Perhaps groove the flat top of the slide and the rear face as well to eliminate glare.

For now, even though I immediately got them dirty, the brand spankin New Old Stock Smith and Wesson grips look and fit great and certaintly better than the cracked originals.


----------



## Sharps40 (Feb 17, 2014)

I just file tested the slide.....sing went the file across the surface.  More than hard, all over too.  So, I think instead of grooving the top flat and rear face of the slide, I'll matt these areas down during the polishing phase....50 to 80g draw fileing should provide a nice matted non glare surface....rest of the slide will get a finer polish.


----------



## Sharps40 (Feb 17, 2014)

Well, at least we know the 469 slide is hardened all over like Colts 1911 slides....not spot hardened like the off shore 1911s made in dimly lighted sweat shops by the lil bald midget ladies with tiny hammers forging em outta old Texas Loan Star steel beer cans.


----------



## Sharps40 (Feb 22, 2014)

Lets improve the front sight.  But, lets work with Momma Smith gave us.  A tiny nub of front sight, .180" high and .150" wide....and durn near harder than my drill bits!

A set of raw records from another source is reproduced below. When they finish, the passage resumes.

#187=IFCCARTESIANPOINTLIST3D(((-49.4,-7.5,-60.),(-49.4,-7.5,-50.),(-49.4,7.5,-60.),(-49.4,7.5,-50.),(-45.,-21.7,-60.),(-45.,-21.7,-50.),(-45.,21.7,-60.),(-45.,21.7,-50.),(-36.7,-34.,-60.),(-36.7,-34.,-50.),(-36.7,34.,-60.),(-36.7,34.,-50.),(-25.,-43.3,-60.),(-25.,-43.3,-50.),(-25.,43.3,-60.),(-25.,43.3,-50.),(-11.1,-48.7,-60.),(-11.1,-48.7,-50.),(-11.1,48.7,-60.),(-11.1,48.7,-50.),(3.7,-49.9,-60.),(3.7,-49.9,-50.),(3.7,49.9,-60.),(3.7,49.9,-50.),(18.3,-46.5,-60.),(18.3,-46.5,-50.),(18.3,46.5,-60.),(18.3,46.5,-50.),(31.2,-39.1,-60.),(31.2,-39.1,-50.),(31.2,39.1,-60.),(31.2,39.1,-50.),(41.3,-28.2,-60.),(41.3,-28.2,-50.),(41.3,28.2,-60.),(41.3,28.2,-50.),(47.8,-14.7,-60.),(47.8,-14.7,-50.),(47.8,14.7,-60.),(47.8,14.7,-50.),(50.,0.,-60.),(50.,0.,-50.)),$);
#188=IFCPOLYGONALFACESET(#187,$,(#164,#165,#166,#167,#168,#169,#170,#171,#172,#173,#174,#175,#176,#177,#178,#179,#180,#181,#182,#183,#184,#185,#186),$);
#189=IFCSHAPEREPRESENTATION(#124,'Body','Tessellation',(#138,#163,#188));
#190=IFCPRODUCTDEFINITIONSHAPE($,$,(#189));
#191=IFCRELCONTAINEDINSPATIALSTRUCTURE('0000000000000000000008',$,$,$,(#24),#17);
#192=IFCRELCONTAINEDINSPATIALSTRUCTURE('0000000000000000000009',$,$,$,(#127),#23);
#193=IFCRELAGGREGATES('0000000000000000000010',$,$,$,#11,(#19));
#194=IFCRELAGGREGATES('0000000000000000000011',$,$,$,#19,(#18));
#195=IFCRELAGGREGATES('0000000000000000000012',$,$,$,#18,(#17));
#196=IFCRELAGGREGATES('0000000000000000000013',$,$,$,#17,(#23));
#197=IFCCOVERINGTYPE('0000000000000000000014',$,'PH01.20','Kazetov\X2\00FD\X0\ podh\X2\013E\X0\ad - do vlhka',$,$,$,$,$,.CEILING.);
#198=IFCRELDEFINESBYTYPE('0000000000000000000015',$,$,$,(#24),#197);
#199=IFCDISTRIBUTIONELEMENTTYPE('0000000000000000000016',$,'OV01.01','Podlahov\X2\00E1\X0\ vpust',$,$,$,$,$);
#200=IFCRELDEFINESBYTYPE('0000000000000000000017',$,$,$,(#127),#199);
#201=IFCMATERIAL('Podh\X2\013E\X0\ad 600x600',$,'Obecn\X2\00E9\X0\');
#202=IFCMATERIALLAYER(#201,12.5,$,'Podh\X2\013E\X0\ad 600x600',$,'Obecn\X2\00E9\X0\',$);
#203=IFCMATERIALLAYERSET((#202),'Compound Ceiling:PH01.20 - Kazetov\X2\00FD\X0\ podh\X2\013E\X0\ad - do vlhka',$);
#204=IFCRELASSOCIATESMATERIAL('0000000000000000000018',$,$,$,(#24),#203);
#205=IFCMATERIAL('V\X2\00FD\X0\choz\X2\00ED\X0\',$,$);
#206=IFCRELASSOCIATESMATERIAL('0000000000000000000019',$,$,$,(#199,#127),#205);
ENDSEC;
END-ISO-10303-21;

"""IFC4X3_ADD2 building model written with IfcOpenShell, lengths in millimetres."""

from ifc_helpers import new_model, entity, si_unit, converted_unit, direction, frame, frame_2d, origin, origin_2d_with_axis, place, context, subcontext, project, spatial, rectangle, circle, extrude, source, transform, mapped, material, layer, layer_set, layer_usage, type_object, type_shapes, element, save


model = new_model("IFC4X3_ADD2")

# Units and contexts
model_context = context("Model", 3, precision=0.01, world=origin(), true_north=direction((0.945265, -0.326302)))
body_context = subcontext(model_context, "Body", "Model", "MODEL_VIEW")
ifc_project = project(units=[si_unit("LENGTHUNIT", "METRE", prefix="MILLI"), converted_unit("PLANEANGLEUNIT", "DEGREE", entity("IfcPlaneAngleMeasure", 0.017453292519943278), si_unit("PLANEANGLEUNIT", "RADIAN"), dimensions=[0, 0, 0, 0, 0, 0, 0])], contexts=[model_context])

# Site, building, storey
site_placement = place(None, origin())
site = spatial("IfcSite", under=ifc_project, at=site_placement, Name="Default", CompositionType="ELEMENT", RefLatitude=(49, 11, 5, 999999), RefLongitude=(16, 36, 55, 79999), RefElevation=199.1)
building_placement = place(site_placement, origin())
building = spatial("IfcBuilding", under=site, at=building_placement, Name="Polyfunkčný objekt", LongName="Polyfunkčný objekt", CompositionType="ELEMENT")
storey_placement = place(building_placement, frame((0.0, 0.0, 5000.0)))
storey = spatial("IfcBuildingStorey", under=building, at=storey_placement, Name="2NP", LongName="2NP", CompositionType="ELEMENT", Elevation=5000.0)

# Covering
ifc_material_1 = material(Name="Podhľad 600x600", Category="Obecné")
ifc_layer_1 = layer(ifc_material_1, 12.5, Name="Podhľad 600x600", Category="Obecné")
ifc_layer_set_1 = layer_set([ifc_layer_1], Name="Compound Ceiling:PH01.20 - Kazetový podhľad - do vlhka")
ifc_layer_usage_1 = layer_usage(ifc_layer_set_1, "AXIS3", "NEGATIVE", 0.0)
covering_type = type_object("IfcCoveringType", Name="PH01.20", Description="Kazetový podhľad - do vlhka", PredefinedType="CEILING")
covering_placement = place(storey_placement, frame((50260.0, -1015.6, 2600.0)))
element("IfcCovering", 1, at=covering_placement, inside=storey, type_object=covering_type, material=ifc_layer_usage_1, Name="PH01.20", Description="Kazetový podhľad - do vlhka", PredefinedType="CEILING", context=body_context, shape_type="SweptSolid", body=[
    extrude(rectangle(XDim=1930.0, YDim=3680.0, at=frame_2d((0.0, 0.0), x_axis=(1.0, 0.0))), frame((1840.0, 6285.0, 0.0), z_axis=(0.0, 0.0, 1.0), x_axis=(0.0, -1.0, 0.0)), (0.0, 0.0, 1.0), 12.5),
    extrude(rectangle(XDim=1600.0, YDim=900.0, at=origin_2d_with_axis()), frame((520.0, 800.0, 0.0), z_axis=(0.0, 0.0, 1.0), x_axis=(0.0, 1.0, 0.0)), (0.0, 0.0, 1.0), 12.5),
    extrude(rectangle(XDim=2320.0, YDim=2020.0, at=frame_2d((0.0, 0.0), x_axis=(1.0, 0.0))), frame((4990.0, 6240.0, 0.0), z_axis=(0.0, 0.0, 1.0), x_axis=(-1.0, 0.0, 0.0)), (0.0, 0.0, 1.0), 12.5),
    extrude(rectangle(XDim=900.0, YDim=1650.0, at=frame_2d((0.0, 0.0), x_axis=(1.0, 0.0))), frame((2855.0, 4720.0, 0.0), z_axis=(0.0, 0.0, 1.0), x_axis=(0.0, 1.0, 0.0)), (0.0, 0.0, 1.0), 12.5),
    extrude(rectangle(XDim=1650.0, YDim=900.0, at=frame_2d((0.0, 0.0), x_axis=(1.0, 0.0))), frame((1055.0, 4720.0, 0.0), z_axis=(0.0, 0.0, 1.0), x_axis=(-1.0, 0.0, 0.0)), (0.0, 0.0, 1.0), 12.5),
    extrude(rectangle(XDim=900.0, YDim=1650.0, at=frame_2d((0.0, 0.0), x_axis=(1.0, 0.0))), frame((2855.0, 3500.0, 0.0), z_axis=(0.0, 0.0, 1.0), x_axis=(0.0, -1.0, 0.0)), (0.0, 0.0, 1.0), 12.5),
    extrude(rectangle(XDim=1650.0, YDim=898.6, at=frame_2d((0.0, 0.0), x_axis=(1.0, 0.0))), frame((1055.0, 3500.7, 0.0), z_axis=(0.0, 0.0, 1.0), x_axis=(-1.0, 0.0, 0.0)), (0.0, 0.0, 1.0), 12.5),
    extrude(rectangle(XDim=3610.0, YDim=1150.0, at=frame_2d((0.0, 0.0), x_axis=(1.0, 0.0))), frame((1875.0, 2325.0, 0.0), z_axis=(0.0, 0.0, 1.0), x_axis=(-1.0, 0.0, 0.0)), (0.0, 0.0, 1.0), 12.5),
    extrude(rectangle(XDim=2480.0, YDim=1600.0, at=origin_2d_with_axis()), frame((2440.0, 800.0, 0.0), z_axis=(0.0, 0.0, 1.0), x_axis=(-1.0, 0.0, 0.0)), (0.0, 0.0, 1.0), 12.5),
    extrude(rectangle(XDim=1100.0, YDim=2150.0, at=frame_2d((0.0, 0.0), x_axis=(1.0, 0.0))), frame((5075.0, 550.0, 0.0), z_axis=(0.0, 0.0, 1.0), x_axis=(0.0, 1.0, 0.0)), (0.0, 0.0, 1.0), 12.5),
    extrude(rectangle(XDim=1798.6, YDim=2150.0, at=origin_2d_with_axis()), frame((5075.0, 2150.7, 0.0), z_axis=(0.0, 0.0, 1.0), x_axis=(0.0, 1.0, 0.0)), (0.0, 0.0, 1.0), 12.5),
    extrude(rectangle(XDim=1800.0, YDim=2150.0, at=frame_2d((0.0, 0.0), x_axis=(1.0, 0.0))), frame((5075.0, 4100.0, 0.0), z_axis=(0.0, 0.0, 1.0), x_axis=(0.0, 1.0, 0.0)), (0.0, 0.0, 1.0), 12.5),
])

Plunging straight into the front sight, drilling nearly to the bottom of the sight and slightly wider than the slot I want to finish up with (trying for a mechanical lock later).  Then some work with hacksaw blades and a touch up, carefully mind ya, with a cutting disc on a dremel....the front sight nub is now slotted.....two wings and a nice clean slit right up the middle...






Gentle heat is applied to the sight and a spare light pipe from a shotgun project and a blob of bright red plastic flowed, pressed and molded into the newly formed slot.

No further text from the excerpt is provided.